Supplied records START

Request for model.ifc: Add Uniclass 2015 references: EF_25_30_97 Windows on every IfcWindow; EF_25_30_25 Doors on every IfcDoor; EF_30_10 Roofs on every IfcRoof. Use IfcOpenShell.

First a look at what the model holds.

```python
import ifcopenshell

model = ifcopenshell.open("model.ifc")
print(model.schema)
print("classifications:", [c.Name for c in model.by_type("IfcClassification")])
for ifc_class in ("IfcDoor", "IfcRoof", "IfcStair", "IfcWall", "IfcWindow"):
    print(ifc_class, len(model.by_type(ifc_class)))
```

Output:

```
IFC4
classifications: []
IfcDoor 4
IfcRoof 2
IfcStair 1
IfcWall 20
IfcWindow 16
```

```python
import ifcopenshell
import ifcopenshell.api.classification

model = ifcopenshell.open("model.ifc")

system = ifcopenshell.api.classification.add_classification(model, classification="Uniclass 2015")

codes = {
    "IfcWindow": ("EF_25_30_97", "Windows"),
    "IfcDoor": ("EF_25_30_25", "Doors"),
    "IfcRoof": ("EF_30_10", "Roofs"),
}
for ifc_class, (code, name) in codes.items():
    products = model.by_type(ifc_class)
    ifcopenshell.api.classification.add_reference(
        model, products=products, classification=system, identification=code, name=name
    )
    print(code, len(products))

model.write("model_rev.ifc")
```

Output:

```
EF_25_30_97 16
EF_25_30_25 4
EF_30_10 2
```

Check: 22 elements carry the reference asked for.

Supplied records END

◆ Problem
A word-for-word restatement of every record above is expected.

◆ Expected answer
Request for model.ifc: Add Uniclass 2015 references: EF_25_30_97 Windows on every IfcWindow; EF_25_30_25 Doors on every IfcDoor; EF_30_10 Roofs on every IfcRoof. Use IfcOpenShell.

First a look at what the model holds.

```python
import ifcopenshell

model = ifcopenshell.open("model.ifc")
print(model.schema)
print("classifications:", [c.Name for c in model.by_type("IfcClassification")])
for ifc_class in ("IfcDoor", "IfcRoof", "IfcStair", "IfcWall", "IfcWindow"):
    print(ifc_class, len(model.by_type(ifc_class)))
```

Output:

```
IFC4
classifications: []
IfcDoor 4
IfcRoof 2
IfcStair 1
IfcWall 20
IfcWindow 16
```

```python
import ifcopenshell
import ifcopenshell.api.classification

model = ifcopenshell.open("model.ifc")

system = ifcopenshell.api.classification.add_classification(model, classification="Uniclass 2015")

codes = {
    "IfcWindow": ("EF_25_30_97", "Windows"),
    "IfcDoor": ("EF_25_30_25", "Doors"),
    "IfcRoof": ("EF_30_10", "Roofs"),
}
for ifc_class, (code, name) in codes.items():
    products = model.by_type(ifc_class)
    ifcopenshell.api.classification.add_reference(
        model, products=products, classification=system, identification=code, name=name
    )
    print(code, len(products))

model.write("model_rev.ifc")
```

Output:

```
EF_25_30_97 16
EF_25_30_25 4
EF_30_10 2
```

Check: 22 elements carry the reference asked for.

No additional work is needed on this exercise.